Yapp, memang ia sangat menyukai hasil
karya Masashi Kishimoto tersebut, ia berpikir bahwa daripada membaca novel
remaja yang hanya bisa menyakitkan hatinya, karena kebanyakan novel itu
berbanding terbalik dengan kenyataan hidupnya, lebih baik ia membaca Komik anime
yang menurutnya penuh inspirasi dan perjuangan, walaupun semua itu hayalan tapi
setidaknya ia bisa mengambil beberap pelajaran penting seperti pahitnya perjuangan
hidup untuk mencapai kesukseskan. Kata kata favoritnya adalah FROM ZERO TO HERO.
Ia
lantas membaca komik itu hingga selesai, ia berharap bisa mengalami happy
ending seperti kisah yang ia baca itu. Menjadi seorang yang sukses walaupun
dari keluarga tak berada dan bisa didampingi seorang gadis yang sangat
mencintainya baik kekurangan maupun kelebihannya.
Sudah
beberapa bulan ini ia berusaha mencari pekerjaaan, pergi kantor sana pergi
kantor sini lah, tak terhitung mungkin sudah ratusan kantor ia datangi tapi
tetap saja ia ditolak.
Sejak kematian ayahnya, ia harus bekerja
keras demi mengidupi dirinya dan ibunya. “Tak
ada komputer, cangkul pun jadi” mungkin itulah kata kata yang tepat untuk
nasib yang ia alami.
Tak peduli apapun pekerjaanya asalkan
halal, itu pula menjadi motonya dalam bekerja.
Pagi haripun tiba …
“Dio !! Bangun Nak ?! Katanya kamu ada
kerjaan di sawah Pak Gerry?” kata ibunya dengan nada sedikit keras sambil
memasak di dapur agar Dio terbngun …
“Ia Bu !! Ini baru saja selesai mandi”
sahut Dio dari kamarnya …
“Sarapan dulu Nak ?!” tanya ibunya
“Bungkus saja Bu !” sahut nya
Dio pun berangkat menuju sawah pak Gerry …
Sore pun tiba , sang
surya sudah berwarna jingga menghiasi indahnya langit desa, Dio pun kembali
dari sawah dan langsung melapor ke rumah Pak Gerry tentang pekerjaannya …

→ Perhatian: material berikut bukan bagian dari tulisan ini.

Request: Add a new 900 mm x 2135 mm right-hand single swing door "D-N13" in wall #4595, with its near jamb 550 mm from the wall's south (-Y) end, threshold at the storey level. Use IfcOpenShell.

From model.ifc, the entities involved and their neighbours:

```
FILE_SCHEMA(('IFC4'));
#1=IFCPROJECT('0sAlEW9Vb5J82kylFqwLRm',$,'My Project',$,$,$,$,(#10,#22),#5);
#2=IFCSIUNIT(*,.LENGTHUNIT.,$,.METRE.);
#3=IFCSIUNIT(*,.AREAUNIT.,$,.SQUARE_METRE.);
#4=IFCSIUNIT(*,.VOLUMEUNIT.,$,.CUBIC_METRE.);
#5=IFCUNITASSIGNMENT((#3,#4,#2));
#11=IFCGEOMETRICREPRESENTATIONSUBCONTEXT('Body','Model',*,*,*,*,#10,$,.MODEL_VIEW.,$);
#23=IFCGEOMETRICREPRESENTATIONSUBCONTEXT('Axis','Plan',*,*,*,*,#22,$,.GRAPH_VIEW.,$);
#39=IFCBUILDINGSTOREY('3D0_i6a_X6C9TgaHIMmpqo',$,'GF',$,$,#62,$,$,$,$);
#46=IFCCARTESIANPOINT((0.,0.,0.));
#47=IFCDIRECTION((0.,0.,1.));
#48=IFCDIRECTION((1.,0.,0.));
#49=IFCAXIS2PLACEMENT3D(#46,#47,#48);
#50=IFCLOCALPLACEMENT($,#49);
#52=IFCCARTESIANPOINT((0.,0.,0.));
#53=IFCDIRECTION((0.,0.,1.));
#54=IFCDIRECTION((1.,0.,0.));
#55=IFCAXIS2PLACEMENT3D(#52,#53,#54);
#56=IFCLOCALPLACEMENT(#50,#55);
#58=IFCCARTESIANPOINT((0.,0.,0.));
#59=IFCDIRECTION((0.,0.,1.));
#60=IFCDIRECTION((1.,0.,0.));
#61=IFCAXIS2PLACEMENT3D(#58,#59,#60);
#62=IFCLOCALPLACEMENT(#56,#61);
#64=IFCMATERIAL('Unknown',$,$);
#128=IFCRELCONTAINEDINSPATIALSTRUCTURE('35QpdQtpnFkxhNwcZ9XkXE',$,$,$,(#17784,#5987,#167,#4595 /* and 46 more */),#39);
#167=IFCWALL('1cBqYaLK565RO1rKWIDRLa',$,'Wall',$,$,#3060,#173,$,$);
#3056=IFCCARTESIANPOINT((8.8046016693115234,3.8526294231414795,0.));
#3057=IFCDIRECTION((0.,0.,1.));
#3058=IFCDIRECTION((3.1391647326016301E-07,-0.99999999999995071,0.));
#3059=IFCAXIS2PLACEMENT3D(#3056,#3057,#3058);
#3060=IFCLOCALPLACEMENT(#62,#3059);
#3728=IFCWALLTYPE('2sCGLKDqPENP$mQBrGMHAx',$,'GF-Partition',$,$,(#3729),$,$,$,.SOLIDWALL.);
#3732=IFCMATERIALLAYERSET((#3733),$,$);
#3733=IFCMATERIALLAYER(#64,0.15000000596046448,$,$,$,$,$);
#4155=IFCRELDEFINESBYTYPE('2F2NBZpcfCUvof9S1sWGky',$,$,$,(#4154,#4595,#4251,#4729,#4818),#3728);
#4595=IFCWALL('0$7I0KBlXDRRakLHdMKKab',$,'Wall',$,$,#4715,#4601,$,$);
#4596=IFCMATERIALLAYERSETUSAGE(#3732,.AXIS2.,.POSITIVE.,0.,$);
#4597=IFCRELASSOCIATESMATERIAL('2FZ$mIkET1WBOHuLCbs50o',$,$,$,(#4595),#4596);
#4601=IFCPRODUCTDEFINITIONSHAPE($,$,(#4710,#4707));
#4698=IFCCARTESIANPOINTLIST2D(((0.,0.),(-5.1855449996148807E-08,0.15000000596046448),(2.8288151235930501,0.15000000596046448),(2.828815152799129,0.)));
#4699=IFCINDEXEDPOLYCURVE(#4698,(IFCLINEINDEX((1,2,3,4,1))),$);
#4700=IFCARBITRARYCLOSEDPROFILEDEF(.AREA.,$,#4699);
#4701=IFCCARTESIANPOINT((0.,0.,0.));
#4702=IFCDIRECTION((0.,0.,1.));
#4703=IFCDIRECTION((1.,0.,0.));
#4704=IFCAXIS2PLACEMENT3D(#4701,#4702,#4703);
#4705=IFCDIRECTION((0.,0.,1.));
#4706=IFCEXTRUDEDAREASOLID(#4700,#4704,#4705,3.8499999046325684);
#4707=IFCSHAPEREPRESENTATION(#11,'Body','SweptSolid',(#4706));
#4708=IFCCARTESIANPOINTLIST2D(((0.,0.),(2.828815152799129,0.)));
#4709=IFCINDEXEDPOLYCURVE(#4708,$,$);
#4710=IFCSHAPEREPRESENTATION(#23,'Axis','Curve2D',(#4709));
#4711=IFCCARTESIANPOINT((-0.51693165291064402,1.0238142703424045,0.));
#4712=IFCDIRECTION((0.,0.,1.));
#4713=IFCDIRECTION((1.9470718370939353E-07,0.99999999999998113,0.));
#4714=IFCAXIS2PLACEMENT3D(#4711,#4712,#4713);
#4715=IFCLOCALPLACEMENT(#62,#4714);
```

```python
import numpy as np
import ifcopenshell
import ifcopenshell.api.feature
import ifcopenshell.api.geometry
import ifcopenshell.api.root
import ifcopenshell.api.spatial
import ifcopenshell.geom
import ifcopenshell.util.element
import ifcopenshell.util.placement
import ifcopenshell.util.representation
import ifcopenshell.util.shape
import ifcopenshell.util.unit

model = ifcopenshell.open("model.ifc")
unit_scale = ifcopenshell.util.unit.calculate_unit_scale(model)
settings = ifcopenshell.geom.settings()


def volume(element):
    """Net volume in cubic metres, openings subtracted."""
    shape = ifcopenshell.geom.create_shape(settings, element)
    return ifcopenshell.util.shape.get_volume(shape.geometry)


wall = model.by_id(4595)
storey = ifcopenshell.util.element.get_container(wall, ifc_class="IfcBuildingStorey")
context = ifcopenshell.util.representation.get_context(model, "Model", "Body", "MODEL_VIEW")
before = volume(wall)

width, height, from_end, sill = 0.9, 2.135, 0.55, 0.0  # metres

# The wall runs along its own X axis, and the end named is its -X end.
wall_shape = ifcopenshell.geom.create_shape(settings, wall)
x, y, z = ifcopenshell.util.shape.get_vertices(wall_shape.geometry).T
start = x.min() + from_end
face, thickness = float(y.min()), float(y.max() - y.min())
wall_matrix = ifcopenshell.util.placement.get_local_placement(wall.ObjectPlacement)
level = ifcopenshell.util.placement.get_local_placement(storey.ObjectPlacement)[2, 3]


def in_wall(x, y):
    """Placement at x, y metres in the wall's axes, at sill height."""
    matrix = wall_matrix.copy()
    matrix[:, 3] = wall_matrix @ np.array([x / unit_scale, y / unit_scale, 0.0, 1.0])
    matrix[2, 3] = level + sill / unit_scale
    return matrix


# Opening: a box that overshoots both wall faces by 50 mm.
opening = ifcopenshell.api.root.create_entity(model, ifc_class="IfcOpeningElement", predefined_type="OPENING")
box = ifcopenshell.api.geometry.add_wall_representation(
    model, context=context, length=width, height=height, thickness=thickness + 0.1
)
ifcopenshell.api.geometry.assign_representation(model, product=opening, representation=box)
ifcopenshell.api.geometry.edit_object_placement(model, product=opening, matrix=in_wall(start, face - 0.05), is_si=False)
ifcopenshell.api.feature.add_feature(model, feature=opening, element=wall)

door = ifcopenshell.api.root.create_entity(model, ifc_class="IfcDoor", name="D-N13", predefined_type="DOOR")
door.OverallWidth, door.OverallHeight = width / unit_scale, height / unit_scale
door.OperationType = "SINGLE_SWING_RIGHT"
body = ifcopenshell.api.geometry.add_door_representation(
    model,
    context=context,
    overall_width=door.OverallWidth,
    overall_height=door.OverallHeight,
    operation_type="SINGLE_SWING_RIGHT",
    lining_properties={"LiningDepth": thickness / unit_scale, "ThresholdDepth": thickness / unit_scale},
)
ifcopenshell.api.geometry.assign_representation(model, product=door, representation=body)
ifcopenshell.api.spatial.assign_container(model, products=[door], relating_structure=storey)
ifcopenshell.api.feature.add_filling(model, opening=opening, element=door)

# The lining spans the wall, so the door starts at the wall face.
ifcopenshell.api.geometry.edit_object_placement(model, product=door, matrix=in_wall(start, face), is_si=False)

after = volume(wall)

print(f"wall volume {before:.3f} -> {after:.3f} m3")

model.write("model_rev.ifc")
```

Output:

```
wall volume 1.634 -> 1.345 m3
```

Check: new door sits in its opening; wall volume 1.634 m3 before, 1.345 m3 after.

“Pak Gerry!!” Panggil Dio dari depan
rumahnya
“Oh, kamu Dio , bagaimana pekerjaanya?
Beres?” tanya Pak Gerry
“Tenang aja pak ! udah beres koq !!” jawab
Dio dengan semangat
“Ohh Sipp lakh .. ini upahnya” kata Pak
Gerry sembari menyodorkan uang upahnya ..
“Makasih Pak !!” kata Dio sambil tersenyum
“Sama-sama , oh iya , ada temen bapak yang
lagi nyari orang buat kerjaan, kamu mau gak?” tanya Pak Gerry
“Emang kerjanya gimana pak?” tanya Dio
“Oh kerjanya sihh di kebun teh , ya
memetik teh , mengurus tanaman teh dan lain-lain. Soal gaji sih lumayan antara
700.000 sampai 1.000.000 sih per bulan” jelas Pak Gerry
“Wah !! Mau pak !! dimana kebunnya?” tanya
Dio penuh semangat
“Kebunnya ada di Bogor, tapi kalau kamu
bersedia , lusa akan ada travel ke daerah Bogor nanti Bapak ngomong ke temen
Bapak supaya biayain travel itu” jelas Pak Gerry
“Wah ! Makasih banyak ya Pak ?!” kata Dio
kegirangan
Dio pun langsung berlari tunggang langgang
ke rumahnya …
“Ibbuuuu !! Ibbuuuu …!!” teriak Dio
kegirangan
“A-ada apa Nak? Sepertinya kamu senang
sekali hari ini?” tanya Ibunya
“Ibuu !! Dio dapat kerjaan di Kebun Teh di
Bogor !!” kata Dio kegirangan
“Wahh !! Selamat ya Nak?! Kapan
berangkatnya?” tanya ibunya
“Lusa Bu!” kata Dio
Dio pun segera berkemas untuk lusa hari
Malam hari nya …
Dio berbicara sendiri sembari melihat
komik dan novel koleksinya ..
“Naruto !! Selama ini aku hanya bisa
membaca komik tentangmu !! Tentang kejayaaan dan kesuksessan mu !! Tentang
perjuanganmu !! Kini tiba masanya dimana kisahmu akan jadi kisahku !! Aku akan
mulai dari Zero untuk jadi Hero sepertimu !! Naruto !! Iniliah Kisahku !!!”